Characterization of the gut microbiota composition of hamsters fed different amounts of GSL as determined by pyrosequencing of 16S rRNA tags (V3 region). Composition of the gut microbiota of hamsters fed 0%, 1%, and 5% GSL (n = 7 per group) at the family level (A) and the genus level (B). (C) Rarefaction curves of OTUs from sequences of fecal samples from individual hamsters fed 0% GSL (red), 1% GSL (green), and 5% GSL (blue). (D) Shannon diversity indices of the gut microbiota of individual hamsters fed 0% GSL (red), 1% GSL (green), and 5% GSL (blue). OTUs were identified using 97% cutoffs for rarefaction and Shannon diversity indices.

FIG. 2.

Impact of GSL on the gut microbiota composition of hamsters fed 0% GSL (n = 7), 1% GSL (n = 7), and 5% GSL (n = 8) as determined by DGGE and qRT-PCR. (A) DGGE showing fingerprints of DNA isolated from the fecal samples of hamsters. Lanes 1 to 32 contain DNA from individual hamsters. Lane M contains markers from reference strains. Bands C and F showed significant increases in staining intensity in fecal fingerprints of hamsters fed 5% GSL. The bands A, C, and F marked by an arrow were excised, purified, and sequenced (Table 2). (B) Phylogenetic tree of DGGE band F with sequences that revealed highest similarities in GenBank. The tree was inferred using the unweighted-pair group method using average linkages, and the percentage of replicate trees in which the associated taxa clustered together in the bootstrap test (1,000 replicates) are shown next to the branches.

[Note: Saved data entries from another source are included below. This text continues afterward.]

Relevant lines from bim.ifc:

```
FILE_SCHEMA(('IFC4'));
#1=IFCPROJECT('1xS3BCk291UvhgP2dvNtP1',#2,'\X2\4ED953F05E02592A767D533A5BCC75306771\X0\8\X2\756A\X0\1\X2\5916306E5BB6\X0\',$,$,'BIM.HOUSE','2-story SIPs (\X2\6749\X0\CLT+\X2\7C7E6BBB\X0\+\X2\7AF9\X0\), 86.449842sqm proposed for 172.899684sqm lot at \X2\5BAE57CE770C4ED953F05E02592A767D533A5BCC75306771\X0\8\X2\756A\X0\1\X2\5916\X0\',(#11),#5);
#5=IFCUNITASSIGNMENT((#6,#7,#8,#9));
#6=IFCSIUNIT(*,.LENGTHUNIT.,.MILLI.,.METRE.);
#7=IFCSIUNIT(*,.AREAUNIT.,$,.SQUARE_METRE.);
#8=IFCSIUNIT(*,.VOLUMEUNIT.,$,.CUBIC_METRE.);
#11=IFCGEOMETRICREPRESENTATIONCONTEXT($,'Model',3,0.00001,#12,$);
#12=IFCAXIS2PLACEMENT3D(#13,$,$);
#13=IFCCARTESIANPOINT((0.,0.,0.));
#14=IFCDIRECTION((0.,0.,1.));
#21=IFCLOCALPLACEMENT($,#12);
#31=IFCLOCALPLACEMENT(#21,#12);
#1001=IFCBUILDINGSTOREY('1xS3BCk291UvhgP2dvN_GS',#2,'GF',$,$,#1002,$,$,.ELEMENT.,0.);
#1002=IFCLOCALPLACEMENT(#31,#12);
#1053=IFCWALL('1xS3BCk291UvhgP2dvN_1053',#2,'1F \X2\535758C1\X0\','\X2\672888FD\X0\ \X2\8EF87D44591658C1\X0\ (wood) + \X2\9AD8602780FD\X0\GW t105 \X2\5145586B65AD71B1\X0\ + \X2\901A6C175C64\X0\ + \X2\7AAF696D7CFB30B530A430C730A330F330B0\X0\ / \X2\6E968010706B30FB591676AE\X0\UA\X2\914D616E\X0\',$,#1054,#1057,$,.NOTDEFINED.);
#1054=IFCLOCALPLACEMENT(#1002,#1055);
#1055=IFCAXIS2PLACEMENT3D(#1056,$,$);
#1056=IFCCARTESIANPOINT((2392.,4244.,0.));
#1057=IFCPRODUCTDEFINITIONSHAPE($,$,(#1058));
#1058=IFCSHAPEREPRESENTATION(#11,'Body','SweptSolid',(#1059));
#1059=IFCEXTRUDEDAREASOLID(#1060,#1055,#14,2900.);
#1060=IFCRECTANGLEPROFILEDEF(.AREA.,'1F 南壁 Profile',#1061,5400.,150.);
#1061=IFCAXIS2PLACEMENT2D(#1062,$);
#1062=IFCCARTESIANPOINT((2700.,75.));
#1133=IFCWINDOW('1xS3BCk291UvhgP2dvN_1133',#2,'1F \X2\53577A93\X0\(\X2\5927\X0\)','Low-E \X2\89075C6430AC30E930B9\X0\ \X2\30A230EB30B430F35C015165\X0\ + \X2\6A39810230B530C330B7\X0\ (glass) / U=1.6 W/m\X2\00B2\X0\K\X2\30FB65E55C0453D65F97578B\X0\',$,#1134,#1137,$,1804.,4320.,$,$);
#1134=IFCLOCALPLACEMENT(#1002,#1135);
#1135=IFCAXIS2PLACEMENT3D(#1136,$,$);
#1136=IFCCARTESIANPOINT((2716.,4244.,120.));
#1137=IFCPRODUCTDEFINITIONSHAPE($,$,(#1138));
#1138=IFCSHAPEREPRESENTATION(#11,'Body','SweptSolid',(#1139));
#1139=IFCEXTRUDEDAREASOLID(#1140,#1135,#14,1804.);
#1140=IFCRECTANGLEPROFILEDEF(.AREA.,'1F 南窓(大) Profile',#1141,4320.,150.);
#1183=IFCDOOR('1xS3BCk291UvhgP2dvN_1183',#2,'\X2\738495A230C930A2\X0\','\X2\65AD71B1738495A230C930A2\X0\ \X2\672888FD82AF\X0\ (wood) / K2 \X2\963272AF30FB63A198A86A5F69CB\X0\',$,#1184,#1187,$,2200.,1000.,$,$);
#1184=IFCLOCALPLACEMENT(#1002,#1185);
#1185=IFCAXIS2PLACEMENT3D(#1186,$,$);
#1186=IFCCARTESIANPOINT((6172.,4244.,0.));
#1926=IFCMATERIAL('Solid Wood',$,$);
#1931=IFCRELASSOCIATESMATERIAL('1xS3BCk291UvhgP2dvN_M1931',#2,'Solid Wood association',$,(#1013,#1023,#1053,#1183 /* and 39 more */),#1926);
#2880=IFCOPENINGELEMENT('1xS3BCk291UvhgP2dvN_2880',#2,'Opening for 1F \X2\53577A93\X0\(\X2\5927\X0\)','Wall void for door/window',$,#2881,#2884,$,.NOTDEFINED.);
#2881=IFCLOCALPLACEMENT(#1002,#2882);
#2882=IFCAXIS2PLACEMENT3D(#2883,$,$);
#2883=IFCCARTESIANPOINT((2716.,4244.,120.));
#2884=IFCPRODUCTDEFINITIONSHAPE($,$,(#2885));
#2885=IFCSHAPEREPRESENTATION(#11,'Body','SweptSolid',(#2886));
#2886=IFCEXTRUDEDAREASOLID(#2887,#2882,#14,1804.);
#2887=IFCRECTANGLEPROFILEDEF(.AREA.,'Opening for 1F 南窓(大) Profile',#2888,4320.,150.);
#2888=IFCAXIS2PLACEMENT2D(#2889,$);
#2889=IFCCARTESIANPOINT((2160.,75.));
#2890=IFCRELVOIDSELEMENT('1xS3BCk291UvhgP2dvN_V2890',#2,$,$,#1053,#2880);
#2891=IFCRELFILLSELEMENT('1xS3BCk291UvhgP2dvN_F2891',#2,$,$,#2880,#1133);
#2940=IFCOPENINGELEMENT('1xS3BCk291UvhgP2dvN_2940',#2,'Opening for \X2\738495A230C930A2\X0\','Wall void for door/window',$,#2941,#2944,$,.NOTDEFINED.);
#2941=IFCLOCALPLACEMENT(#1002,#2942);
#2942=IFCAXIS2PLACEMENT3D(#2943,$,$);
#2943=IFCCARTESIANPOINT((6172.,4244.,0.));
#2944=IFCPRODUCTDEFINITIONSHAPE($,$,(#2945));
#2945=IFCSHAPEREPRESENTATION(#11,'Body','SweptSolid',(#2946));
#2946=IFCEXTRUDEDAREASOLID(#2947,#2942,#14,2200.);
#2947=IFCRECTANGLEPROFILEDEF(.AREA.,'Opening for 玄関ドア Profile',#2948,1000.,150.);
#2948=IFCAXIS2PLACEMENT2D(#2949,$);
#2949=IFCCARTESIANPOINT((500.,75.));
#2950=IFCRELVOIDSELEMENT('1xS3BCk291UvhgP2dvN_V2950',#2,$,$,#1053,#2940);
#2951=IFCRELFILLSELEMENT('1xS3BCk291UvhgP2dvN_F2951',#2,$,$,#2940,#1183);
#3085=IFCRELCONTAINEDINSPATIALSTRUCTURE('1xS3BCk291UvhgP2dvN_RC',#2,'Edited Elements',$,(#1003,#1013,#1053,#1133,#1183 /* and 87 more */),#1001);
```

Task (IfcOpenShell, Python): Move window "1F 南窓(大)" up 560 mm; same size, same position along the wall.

```python
import numpy as np
import ifcopenshell
import ifcopenshell.api.geometry
import ifcopenshell.util.placement
import ifcopenshell.util.unit

model = ifcopenshell.open("bim.ifc")
unit_scale = ifcopenshell.util.unit.calculate_unit_scale(model)

window = model.by_guid("1xS3BCk291UvhgP2dvN_1133")
opening = window.FillsVoids[0].RelatingOpeningElement
dz = 560.0

shift = np.array([0.0, 0.0, dz])
# The window is not placed relative to its opening, so move both.
for product in (opening, window):
    matrix = ifcopenshell.util.placement.get_local_placement(product.ObjectPlacement)
    matrix[:3, 3] += shift
    ifcopenshell.api.geometry.edit_object_placement(model, product=product, matrix=matrix, is_si=False)

print(f"moved by {dz * unit_scale:+.3f} m")

model.write("bim_v2.ifc")
```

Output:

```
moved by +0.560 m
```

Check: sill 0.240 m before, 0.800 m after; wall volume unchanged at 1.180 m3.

A neighbor-joining tree resulted in essentially the same phylogeny (data not shown). (C) Cell numbers of total bifidobacteria in hamster fecal samples as determined by qRT-PCR. (D) Quantification of the Bifidobacterium animalis-like phenotype detected by DGGE in hamster fecal samples by qRT-PCR. (E) Correlation of cell numbers of bifidobacteria with daily GSL intake.

FIG. 3.

Specific bacterial populations in the guts of hamsters show high associations with both cholesterol metabolic phenotypes and GSL intake. (A and B) Correlations between cell numbers of total bifidobacteria (A) and the Bifidobacterium animalis-like phenotype (B) with HDL cholesterol. (C) Correlation between proportion of Coriobacteriaceae and non-HDL cholesterol. (D) Correlation between unclassified members of the family Coriobacteriaceae and cholesterol absorption. Data from control animals (0% GSL) were excluded from the analysis.

FIG. 4.

Metabolic network showing the associations between daily GSL intake, gut microbiota composition, and host cholesterol metabolism in hamsters fed 0%, 1%, and 5% GSL. Results of the correlations of cell numbers of bifidobacteria and proportions of Coriobacteriaceae and phenotypic markers were obtained with data from animals fed 1% and 5% GSL. Red connections indicate a positive correlation, while blue connections show correlations that are inverse. Green connections show associations with no statistical significance. Metabolic data were obtained by Carr and coworkers in a previous study (8).